-- SOURCE MATERIAL follows --

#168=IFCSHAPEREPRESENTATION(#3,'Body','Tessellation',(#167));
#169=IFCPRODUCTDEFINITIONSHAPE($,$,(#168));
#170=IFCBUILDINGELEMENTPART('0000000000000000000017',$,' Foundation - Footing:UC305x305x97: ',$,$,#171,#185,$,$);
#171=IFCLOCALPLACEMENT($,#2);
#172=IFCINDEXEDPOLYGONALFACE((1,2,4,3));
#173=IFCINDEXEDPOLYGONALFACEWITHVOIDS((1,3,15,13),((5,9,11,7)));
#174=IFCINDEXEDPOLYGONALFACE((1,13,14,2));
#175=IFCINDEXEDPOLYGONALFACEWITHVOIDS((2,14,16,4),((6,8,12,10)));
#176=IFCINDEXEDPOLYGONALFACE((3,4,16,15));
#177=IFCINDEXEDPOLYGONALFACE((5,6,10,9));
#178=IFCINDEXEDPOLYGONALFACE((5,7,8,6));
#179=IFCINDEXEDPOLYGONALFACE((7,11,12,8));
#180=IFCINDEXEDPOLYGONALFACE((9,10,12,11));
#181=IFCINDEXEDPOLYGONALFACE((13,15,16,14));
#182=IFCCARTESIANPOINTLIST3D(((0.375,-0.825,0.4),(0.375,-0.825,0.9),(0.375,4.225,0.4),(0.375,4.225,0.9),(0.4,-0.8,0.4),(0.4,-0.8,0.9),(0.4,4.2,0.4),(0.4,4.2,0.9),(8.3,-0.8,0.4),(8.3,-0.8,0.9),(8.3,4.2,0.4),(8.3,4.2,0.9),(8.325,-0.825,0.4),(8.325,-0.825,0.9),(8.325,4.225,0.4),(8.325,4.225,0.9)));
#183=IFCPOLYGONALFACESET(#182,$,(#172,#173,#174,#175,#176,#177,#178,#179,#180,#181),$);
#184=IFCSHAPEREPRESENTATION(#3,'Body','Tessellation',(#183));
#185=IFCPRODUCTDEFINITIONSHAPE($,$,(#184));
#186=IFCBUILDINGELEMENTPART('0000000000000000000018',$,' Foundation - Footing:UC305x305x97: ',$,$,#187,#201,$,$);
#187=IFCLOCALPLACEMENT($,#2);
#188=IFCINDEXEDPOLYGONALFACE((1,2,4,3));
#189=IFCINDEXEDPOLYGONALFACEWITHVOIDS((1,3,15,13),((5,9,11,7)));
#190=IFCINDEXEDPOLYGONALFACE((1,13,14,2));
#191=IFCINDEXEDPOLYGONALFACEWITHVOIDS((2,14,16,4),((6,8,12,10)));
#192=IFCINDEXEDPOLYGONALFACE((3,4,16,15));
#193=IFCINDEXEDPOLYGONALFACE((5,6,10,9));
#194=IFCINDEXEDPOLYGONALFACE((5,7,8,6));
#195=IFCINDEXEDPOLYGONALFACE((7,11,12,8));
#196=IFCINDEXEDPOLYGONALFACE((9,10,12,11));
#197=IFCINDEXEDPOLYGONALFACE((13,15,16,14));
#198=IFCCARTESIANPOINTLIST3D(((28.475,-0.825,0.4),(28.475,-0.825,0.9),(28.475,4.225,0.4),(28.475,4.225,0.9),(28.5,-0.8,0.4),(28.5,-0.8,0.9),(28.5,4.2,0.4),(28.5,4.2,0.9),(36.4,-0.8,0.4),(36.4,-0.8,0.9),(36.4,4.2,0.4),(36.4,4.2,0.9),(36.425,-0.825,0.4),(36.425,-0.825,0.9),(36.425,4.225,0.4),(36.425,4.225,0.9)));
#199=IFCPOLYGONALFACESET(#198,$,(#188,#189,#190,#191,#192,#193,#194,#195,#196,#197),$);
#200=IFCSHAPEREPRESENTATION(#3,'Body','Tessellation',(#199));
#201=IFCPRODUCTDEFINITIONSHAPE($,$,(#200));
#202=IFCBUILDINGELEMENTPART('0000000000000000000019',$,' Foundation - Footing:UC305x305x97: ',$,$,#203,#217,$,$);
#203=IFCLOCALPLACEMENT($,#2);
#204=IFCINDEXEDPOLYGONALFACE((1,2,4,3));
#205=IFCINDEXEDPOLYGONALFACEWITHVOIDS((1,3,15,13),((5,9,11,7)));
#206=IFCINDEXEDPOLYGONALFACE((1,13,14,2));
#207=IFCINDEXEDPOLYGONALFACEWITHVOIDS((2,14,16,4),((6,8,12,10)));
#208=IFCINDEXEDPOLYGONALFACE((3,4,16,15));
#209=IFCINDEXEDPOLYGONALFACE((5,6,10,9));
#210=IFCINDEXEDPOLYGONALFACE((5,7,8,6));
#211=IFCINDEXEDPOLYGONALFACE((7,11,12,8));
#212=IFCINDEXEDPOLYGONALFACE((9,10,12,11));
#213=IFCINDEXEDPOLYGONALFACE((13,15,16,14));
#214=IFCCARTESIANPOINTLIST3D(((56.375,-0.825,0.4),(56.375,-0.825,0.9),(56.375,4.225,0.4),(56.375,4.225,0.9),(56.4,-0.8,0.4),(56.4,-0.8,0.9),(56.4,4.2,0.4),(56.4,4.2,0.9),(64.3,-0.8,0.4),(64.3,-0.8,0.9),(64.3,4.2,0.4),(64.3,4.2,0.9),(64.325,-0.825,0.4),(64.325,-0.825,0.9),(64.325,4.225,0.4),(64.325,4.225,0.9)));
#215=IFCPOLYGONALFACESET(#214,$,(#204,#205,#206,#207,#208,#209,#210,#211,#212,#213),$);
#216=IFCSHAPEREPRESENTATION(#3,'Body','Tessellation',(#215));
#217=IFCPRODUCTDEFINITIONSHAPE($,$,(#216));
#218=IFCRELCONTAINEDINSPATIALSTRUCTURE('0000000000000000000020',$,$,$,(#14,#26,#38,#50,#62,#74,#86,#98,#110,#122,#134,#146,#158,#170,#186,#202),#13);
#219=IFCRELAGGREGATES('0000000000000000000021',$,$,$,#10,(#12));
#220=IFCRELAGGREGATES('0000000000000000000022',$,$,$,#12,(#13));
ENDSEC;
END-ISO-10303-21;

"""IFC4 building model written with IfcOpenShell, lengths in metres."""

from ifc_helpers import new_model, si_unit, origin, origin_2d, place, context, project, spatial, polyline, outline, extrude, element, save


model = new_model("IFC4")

-- SOURCE MATERIAL concluded --

**TASK TO COMPLETE**
Repeat the entries verbatim through the line with "#197=IFCINDEXEDPOLYGONALFACE((13,15,16,14));".

**FINISHED EXERCISE**
#168=IFCSHAPEREPRESENTATION(#3,'Body','Tessellation',(#167));
#169=IFCPRODUCTDEFINITIONSHAPE($,$,(#168));
#170=IFCBUILDINGELEMENTPART('0000000000000000000017',$,' Foundation - Footing:UC305x305x97: ',$,$,#171,#185,$,$);
#171=IFCLOCALPLACEMENT($,#2);
#172=IFCINDEXEDPOLYGONALFACE((1,2,4,3));
#173=IFCINDEXEDPOLYGONALFACEWITHVOIDS((1,3,15,13),((5,9,11,7)));
#174=IFCINDEXEDPOLYGONALFACE((1,13,14,2));
#175=IFCINDEXEDPOLYGONALFACEWITHVOIDS((2,14,16,4),((6,8,12,10)));
#176=IFCINDEXEDPOLYGONALFACE((3,4,16,15));
#177=IFCINDEXEDPOLYGONALFACE((5,6,10,9));
#178=IFCINDEXEDPOLYGONALFACE((5,7,8,6));
#179=IFCINDEXEDPOLYGONALFACE((7,11,12,8));
#180=IFCINDEXEDPOLYGONALFACE((9,10,12,11));
#181=IFCINDEXEDPOLYGONALFACE((13,15,16,14));
#182=IFCCARTESIANPOINTLIST3D(((0.375,-0.825,0.4),(0.375,-0.825,0.9),(0.375,4.225,0.4),(0.375,4.225,0.9),(0.4,-0.8,0.4),(0.4,-0.8,0.9),(0.4,4.2,0.4),(0.4,4.2,0.9),(8.3,-0.8,0.4),(8.3,-0.8,0.9),(8.3,4.2,0.4),(8.3,4.2,0.9),(8.325,-0.825,0.4),(8.325,-0.825,0.9),(8.325,4.225,0.4),(8.325,4.225,0.9)));
#183=IFCPOLYGONALFACESET(#182,$,(#172,#173,#174,#175,#176,#177,#178,#179,#180,#181),$);
#184=IFCSHAPEREPRESENTATION(#3,'Body','Tessellation',(#183));
#185=IFCPRODUCTDEFINITIONSHAPE($,$,(#184));
#186=IFCBUILDINGELEMENTPART('0000000000000000000018',$,' Foundation - Footing:UC305x305x97: ',$,$,#187,#201,$,$);
#187=IFCLOCALPLACEMENT($,#2);
#188=IFCINDEXEDPOLYGONALFACE((1,2,4,3));
#189=IFCINDEXEDPOLYGONALFACEWITHVOIDS((1,3,15,13),((5,9,11,7)));
#190=IFCINDEXEDPOLYGONALFACE((1,13,14,2));
#191=IFCINDEXEDPOLYGONALFACEWITHVOIDS((2,14,16,4),((6,8,12,10)));
#192=IFCINDEXEDPOLYGONALFACE((3,4,16,15));
#193=IFCINDEXEDPOLYGONALFACE((5,6,10,9));
#194=IFCINDEXEDPOLYGONALFACE((5,7,8,6));
#195=IFCINDEXEDPOLYGONALFACE((7,11,12,8));
#196=IFCINDEXEDPOLYGONALFACE((9,10,12,11));
#197=IFCINDEXEDPOLYGONALFACE((13,15,16,14));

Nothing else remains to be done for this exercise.